- Opening Delimiter -
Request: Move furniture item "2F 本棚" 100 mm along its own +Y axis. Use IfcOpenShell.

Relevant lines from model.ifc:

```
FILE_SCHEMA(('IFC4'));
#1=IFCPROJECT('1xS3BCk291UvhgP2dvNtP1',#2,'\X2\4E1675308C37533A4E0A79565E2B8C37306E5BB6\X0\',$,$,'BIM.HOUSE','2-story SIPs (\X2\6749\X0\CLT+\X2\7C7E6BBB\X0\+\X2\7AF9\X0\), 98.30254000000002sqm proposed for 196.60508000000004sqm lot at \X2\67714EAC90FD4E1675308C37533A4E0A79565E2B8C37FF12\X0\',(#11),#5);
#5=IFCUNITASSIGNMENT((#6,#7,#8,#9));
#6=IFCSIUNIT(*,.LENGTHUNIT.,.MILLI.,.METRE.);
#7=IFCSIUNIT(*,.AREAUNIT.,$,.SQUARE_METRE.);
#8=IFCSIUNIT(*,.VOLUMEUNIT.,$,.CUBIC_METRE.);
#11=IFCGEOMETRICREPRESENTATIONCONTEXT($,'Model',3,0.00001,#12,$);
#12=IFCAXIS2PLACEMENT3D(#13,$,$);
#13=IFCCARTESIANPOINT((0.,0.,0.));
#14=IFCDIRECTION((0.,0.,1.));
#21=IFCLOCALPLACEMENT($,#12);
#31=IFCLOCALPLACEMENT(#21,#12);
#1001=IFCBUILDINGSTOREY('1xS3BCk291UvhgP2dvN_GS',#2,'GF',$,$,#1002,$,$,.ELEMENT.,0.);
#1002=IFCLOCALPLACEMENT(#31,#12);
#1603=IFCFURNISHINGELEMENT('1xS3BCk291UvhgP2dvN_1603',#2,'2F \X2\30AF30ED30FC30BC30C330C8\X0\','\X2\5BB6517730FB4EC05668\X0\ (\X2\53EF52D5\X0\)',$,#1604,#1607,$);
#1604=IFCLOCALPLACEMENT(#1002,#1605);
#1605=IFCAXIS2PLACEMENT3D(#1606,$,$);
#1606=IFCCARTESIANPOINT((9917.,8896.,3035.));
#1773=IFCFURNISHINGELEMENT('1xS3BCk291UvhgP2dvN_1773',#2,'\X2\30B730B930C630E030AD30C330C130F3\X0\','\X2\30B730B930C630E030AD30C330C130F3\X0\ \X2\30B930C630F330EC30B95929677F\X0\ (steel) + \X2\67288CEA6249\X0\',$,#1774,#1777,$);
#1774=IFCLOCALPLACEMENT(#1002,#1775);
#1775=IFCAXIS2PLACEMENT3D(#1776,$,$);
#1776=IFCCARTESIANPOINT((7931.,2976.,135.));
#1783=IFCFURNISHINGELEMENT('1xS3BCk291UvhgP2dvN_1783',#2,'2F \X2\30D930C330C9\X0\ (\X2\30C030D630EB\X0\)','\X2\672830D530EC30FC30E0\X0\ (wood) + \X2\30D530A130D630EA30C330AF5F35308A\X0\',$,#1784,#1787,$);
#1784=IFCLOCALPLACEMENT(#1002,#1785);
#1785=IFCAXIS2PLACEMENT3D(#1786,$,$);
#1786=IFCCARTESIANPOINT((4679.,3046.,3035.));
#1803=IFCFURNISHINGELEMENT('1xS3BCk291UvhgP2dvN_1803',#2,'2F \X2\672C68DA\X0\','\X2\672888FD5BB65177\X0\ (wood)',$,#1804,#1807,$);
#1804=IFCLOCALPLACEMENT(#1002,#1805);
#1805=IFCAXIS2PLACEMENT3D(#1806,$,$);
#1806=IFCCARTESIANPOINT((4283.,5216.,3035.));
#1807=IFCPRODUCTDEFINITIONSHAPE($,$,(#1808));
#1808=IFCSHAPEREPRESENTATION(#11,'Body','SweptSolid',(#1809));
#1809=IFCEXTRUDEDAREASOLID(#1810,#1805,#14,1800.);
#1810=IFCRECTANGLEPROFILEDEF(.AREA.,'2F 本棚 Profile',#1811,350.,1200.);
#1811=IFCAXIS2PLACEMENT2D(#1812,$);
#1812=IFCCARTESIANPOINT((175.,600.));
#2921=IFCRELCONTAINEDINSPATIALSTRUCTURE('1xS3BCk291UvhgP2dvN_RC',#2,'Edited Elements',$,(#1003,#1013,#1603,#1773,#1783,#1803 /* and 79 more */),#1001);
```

```python
import ifcopenshell
import ifcopenshell.api.geometry
import ifcopenshell.util.placement

model = ifcopenshell.open("model.ifc")

item = model.by_guid("1xS3BCk291UvhgP2dvN_1803")
matrix = ifcopenshell.util.placement.get_local_placement(item.ObjectPlacement)
matrix[:3, 3] += matrix[:3, 1] * 100.0
ifcopenshell.api.geometry.edit_object_placement(model, product=item, matrix=matrix, is_si=False)

print(ifcopenshell.util.placement.get_local_placement(item.ObjectPlacement).round(3) + 0.0)

model.write("model_updated.ifc")
```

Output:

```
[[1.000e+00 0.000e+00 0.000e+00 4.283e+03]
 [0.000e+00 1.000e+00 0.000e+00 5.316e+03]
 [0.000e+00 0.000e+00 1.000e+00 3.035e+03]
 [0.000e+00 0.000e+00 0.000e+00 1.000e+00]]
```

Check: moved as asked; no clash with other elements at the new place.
- Closing Delimiter -
**Task directions:** Transcribe all of the material above so that it matches the source exactly.

**Output:**
Request: Move furniture item "2F 本棚" 100 mm along its own +Y axis. Use IfcOpenShell.

Relevant lines from model.ifc:

```
FILE_SCHEMA(('IFC4'));
#1=IFCPROJECT('1xS3BCk291UvhgP2dvNtP1',#2,'\X2\4E1675308C37533A4E0A79565E2B8C37306E5BB6\X0\',$,$,'BIM.HOUSE','2-story SIPs (\X2\6749\X0\CLT+\X2\7C7E6BBB\X0\+\X2\7AF9\X0\), 98.30254000000002sqm proposed for 196.60508000000004sqm lot at \X2\67714EAC90FD4E1675308C37533A4E0A79565E2B8C37FF12\X0\',(#11),#5);
#5=IFCUNITASSIGNMENT((#6,#7,#8,#9));
#6=IFCSIUNIT(*,.LENGTHUNIT.,.MILLI.,.METRE.);
#7=IFCSIUNIT(*,.AREAUNIT.,$,.SQUARE_METRE.);
#8=IFCSIUNIT(*,.VOLUMEUNIT.,$,.CUBIC_METRE.);
#11=IFCGEOMETRICREPRESENTATIONCONTEXT($,'Model',3,0.00001,#12,$);
#12=IFCAXIS2PLACEMENT3D(#13,$,$);
#13=IFCCARTESIANPOINT((0.,0.,0.));
#14=IFCDIRECTION((0.,0.,1.));
#21=IFCLOCALPLACEMENT($,#12);
#31=IFCLOCALPLACEMENT(#21,#12);
#1001=IFCBUILDINGSTOREY('1xS3BCk291UvhgP2dvN_GS',#2,'GF',$,$,#1002,$,$,.ELEMENT.,0.);
#1002=IFCLOCALPLACEMENT(#31,#12);
#1603=IFCFURNISHINGELEMENT('1xS3BCk291UvhgP2dvN_1603',#2,'2F \X2\30AF30ED30FC30BC30C330C8\X0\','\X2\5BB6517730FB4EC05668\X0\ (\X2\53EF52D5\X0\)',$,#1604,#1607,$);
#1604=IFCLOCALPLACEMENT(#1002,#1605);
#1605=IFCAXIS2PLACEMENT3D(#1606,$,$);
#1606=IFCCARTESIANPOINT((9917.,8896.,3035.));
#1773=IFCFURNISHINGELEMENT('1xS3BCk291UvhgP2dvN_1773',#2,'\X2\30B730B930C630E030AD30C330C130F3\X0\','\X2\30B730B930C630E030AD30C330C130F3\X0\ \X2\30B930C630F330EC30B95929677F\X0\ (steel) + \X2\67288CEA6249\X0\',$,#1774,#1777,$);
#1774=IFCLOCALPLACEMENT(#1002,#1775);
#1775=IFCAXIS2PLACEMENT3D(#1776,$,$);
#1776=IFCCARTESIANPOINT((7931.,2976.,135.));
#1783=IFCFURNISHINGELEMENT('1xS3BCk291UvhgP2dvN_1783',#2,'2F \X2\30D930C330C9\X0\ (\X2\30C030D630EB\X0\)','\X2\672830D530EC30FC30E0\X0\ (wood) + \X2\30D530A130D630EA30C330AF5F35308A\X0\',$,#1784,#1787,$);
#1784=IFCLOCALPLACEMENT(#1002,#1785);
#1785=IFCAXIS2PLACEMENT3D(#1786,$,$);
#1786=IFCCARTESIANPOINT((4679.,3046.,3035.));
#1803=IFCFURNISHINGELEMENT('1xS3BCk291UvhgP2dvN_1803',#2,'2F \X2\672C68DA\X0\','\X2\672888FD5BB65177\X0\ (wood)',$,#1804,#1807,$);
#1804=IFCLOCALPLACEMENT(#1002,#1805);
#1805=IFCAXIS2PLACEMENT3D(#1806,$,$);
#1806=IFCCARTESIANPOINT((4283.,5216.,3035.));
#1807=IFCPRODUCTDEFINITIONSHAPE($,$,(#1808));
#1808=IFCSHAPEREPRESENTATION(#11,'Body','SweptSolid',(#1809));
#1809=IFCEXTRUDEDAREASOLID(#1810,#1805,#14,1800.);
#1810=IFCRECTANGLEPROFILEDEF(.AREA.,'2F 本棚 Profile',#1811,350.,1200.);
#1811=IFCAXIS2PLACEMENT2D(#1812,$);
#1812=IFCCARTESIANPOINT((175.,600.));
#2921=IFCRELCONTAINEDINSPATIALSTRUCTURE('1xS3BCk291UvhgP2dvN_RC',#2,'Edited Elements',$,(#1003,#1013,#1603,#1773,#1783,#1803 /* and 79 more */),#1001);
```

```python
import ifcopenshell
import ifcopenshell.api.geometry
import ifcopenshell.util.placement

model = ifcopenshell.open("model.ifc")

item = model.by_guid("1xS3BCk291UvhgP2dvN_1803")
matrix = ifcopenshell.util.placement.get_local_placement(item.ObjectPlacement)
matrix[:3, 3] += matrix[:3, 1] * 100.0
ifcopenshell.api.geometry.edit_object_placement(model, product=item, matrix=matrix, is_si=False)

print(ifcopenshell.util.placement.get_local_placement(item.ObjectPlacement).round(3) + 0.0)

model.write("model_updated.ifc")
```

Output:

```
[[1.000e+00 0.000e+00 0.000e+00 4.283e+03]
 [0.000e+00 1.000e+00 0.000e+00 5.316e+03]
 [0.000e+00 0.000e+00 1.000e+00 3.035e+03]
 [0.000e+00 0.000e+00 0.000e+00 1.000e+00]]
```

Check: moved as asked; no clash with other elements at the new place.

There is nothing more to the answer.